**ACTIVITY:** Every line with the string "IFCMATERIALLAYERSET" in it belongs in your answer, so copy them all from the data.

**INPUT RECORDS:**
>>>

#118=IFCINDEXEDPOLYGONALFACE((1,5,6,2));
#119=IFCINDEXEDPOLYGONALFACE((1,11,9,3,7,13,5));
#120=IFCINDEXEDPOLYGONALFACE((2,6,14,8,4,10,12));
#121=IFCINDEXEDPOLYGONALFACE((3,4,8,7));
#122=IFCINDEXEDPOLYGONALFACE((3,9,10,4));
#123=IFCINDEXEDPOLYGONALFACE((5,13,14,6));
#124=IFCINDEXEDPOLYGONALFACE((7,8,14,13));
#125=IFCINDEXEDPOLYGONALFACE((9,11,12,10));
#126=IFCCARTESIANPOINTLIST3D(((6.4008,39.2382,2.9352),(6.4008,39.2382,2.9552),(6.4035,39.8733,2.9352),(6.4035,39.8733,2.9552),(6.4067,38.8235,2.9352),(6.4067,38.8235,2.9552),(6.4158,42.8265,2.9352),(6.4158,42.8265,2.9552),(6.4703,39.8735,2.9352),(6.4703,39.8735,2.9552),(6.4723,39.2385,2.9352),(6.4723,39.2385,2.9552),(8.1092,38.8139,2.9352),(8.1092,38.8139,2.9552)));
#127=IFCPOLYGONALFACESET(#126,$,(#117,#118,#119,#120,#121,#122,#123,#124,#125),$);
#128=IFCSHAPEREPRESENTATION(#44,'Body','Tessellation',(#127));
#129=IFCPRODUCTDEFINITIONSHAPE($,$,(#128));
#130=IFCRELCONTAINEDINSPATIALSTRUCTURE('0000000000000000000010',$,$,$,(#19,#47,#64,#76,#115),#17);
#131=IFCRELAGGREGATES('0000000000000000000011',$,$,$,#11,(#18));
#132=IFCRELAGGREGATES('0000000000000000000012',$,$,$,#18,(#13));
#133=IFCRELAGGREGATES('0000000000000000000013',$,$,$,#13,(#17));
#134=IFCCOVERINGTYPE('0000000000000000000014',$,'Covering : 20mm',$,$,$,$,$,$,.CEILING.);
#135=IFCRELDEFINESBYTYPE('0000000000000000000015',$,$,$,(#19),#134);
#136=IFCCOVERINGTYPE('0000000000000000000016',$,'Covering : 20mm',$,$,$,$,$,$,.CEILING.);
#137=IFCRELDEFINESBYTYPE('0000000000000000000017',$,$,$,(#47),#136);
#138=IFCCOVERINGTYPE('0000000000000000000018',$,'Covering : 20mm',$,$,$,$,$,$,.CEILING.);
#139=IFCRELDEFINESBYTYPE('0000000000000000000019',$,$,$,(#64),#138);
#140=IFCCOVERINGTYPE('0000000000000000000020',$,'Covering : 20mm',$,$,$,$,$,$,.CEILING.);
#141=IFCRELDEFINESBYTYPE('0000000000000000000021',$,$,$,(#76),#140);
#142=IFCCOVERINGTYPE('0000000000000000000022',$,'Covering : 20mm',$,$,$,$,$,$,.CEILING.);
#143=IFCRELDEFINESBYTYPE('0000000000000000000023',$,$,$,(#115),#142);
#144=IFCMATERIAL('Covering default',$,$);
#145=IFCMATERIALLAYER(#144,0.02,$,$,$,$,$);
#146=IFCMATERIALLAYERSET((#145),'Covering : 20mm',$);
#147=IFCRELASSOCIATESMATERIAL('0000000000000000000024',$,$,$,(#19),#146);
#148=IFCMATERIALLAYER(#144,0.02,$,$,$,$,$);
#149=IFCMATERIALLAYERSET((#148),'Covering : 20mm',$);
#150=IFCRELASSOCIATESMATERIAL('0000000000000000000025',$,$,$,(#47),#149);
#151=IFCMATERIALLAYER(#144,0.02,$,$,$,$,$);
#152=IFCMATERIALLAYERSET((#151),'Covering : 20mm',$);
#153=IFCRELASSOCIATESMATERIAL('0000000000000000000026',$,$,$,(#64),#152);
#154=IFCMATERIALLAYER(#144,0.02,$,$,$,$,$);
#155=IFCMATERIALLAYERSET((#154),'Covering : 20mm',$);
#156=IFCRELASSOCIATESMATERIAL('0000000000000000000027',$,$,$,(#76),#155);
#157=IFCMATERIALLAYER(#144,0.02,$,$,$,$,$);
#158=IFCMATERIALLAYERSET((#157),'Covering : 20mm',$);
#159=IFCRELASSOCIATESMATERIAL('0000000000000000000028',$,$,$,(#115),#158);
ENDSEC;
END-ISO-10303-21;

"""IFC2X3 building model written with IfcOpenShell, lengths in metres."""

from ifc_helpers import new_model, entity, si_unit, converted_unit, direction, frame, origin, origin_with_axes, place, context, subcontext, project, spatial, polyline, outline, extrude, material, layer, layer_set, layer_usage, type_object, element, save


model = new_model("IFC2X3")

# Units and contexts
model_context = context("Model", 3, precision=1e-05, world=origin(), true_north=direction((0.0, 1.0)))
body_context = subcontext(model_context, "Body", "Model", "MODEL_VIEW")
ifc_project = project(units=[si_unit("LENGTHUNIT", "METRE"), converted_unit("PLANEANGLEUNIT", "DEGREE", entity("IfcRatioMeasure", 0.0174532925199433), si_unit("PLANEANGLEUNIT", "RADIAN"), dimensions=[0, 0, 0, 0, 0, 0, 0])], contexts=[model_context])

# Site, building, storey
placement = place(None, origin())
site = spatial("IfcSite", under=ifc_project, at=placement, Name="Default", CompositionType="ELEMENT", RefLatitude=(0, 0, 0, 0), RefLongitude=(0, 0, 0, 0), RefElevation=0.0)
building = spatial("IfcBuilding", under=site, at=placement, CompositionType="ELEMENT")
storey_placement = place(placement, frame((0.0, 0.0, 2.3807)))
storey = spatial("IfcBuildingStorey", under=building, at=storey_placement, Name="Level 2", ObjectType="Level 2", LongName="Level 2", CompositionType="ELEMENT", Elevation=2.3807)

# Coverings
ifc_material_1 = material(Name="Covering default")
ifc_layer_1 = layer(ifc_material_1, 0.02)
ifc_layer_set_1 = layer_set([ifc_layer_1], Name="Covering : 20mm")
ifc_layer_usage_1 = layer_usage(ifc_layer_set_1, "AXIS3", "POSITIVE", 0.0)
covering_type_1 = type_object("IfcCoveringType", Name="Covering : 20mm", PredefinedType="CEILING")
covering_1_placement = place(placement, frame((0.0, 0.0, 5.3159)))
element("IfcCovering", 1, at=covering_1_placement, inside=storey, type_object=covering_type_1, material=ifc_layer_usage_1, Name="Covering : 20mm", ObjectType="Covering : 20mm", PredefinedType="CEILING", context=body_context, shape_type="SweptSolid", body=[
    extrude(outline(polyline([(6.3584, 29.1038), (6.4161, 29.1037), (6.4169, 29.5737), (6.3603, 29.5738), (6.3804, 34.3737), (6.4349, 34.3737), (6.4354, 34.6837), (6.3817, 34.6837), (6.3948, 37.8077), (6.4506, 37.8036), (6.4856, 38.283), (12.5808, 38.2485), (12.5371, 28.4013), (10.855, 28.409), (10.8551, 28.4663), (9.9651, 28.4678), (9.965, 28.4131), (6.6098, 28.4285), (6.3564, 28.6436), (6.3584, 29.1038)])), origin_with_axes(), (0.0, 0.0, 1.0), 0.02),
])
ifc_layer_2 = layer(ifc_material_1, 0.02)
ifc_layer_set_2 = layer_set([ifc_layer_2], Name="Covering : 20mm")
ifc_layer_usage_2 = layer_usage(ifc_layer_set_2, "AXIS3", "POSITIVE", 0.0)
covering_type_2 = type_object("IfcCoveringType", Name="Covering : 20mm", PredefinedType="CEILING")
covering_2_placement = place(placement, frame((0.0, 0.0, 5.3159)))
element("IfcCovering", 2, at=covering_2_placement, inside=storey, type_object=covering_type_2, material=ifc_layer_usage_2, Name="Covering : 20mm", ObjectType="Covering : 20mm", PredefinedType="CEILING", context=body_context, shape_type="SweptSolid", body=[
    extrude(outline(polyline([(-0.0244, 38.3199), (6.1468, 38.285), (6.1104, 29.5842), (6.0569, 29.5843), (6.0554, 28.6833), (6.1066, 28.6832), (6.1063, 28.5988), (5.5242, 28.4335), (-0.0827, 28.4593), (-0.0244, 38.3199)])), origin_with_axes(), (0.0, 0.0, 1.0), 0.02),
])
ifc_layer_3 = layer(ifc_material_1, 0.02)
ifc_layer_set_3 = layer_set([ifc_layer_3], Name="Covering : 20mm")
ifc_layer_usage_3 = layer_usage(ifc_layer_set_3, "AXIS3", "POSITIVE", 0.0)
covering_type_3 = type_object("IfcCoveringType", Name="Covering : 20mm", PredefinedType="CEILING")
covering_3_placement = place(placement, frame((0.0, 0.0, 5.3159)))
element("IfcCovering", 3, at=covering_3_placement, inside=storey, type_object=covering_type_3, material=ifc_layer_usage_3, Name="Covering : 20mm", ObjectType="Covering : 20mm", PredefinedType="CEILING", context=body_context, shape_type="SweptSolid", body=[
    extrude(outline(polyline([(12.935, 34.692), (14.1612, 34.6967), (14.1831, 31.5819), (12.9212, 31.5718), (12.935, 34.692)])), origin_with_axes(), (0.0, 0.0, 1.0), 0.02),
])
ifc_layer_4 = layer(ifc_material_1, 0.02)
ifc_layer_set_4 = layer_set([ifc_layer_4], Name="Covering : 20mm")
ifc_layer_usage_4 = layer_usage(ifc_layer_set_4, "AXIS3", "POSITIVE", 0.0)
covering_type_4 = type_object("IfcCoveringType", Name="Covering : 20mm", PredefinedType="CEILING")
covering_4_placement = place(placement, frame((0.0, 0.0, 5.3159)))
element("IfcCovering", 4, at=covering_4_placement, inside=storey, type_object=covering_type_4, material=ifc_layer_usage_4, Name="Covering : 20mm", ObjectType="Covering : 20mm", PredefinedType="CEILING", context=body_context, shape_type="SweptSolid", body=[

<<<

**RESULT:**
#146=IFCMATERIALLAYERSET((#145),'Covering : 20mm',$);
#149=IFCMATERIALLAYERSET((#148),'Covering : 20mm',$);
#152=IFCMATERIALLAYERSET((#151),'Covering : 20mm',$);
#155=IFCMATERIALLAYERSET((#154),'Covering : 20mm',$);
#158=IFCMATERIALLAYERSET((#157),'Covering : 20mm',$);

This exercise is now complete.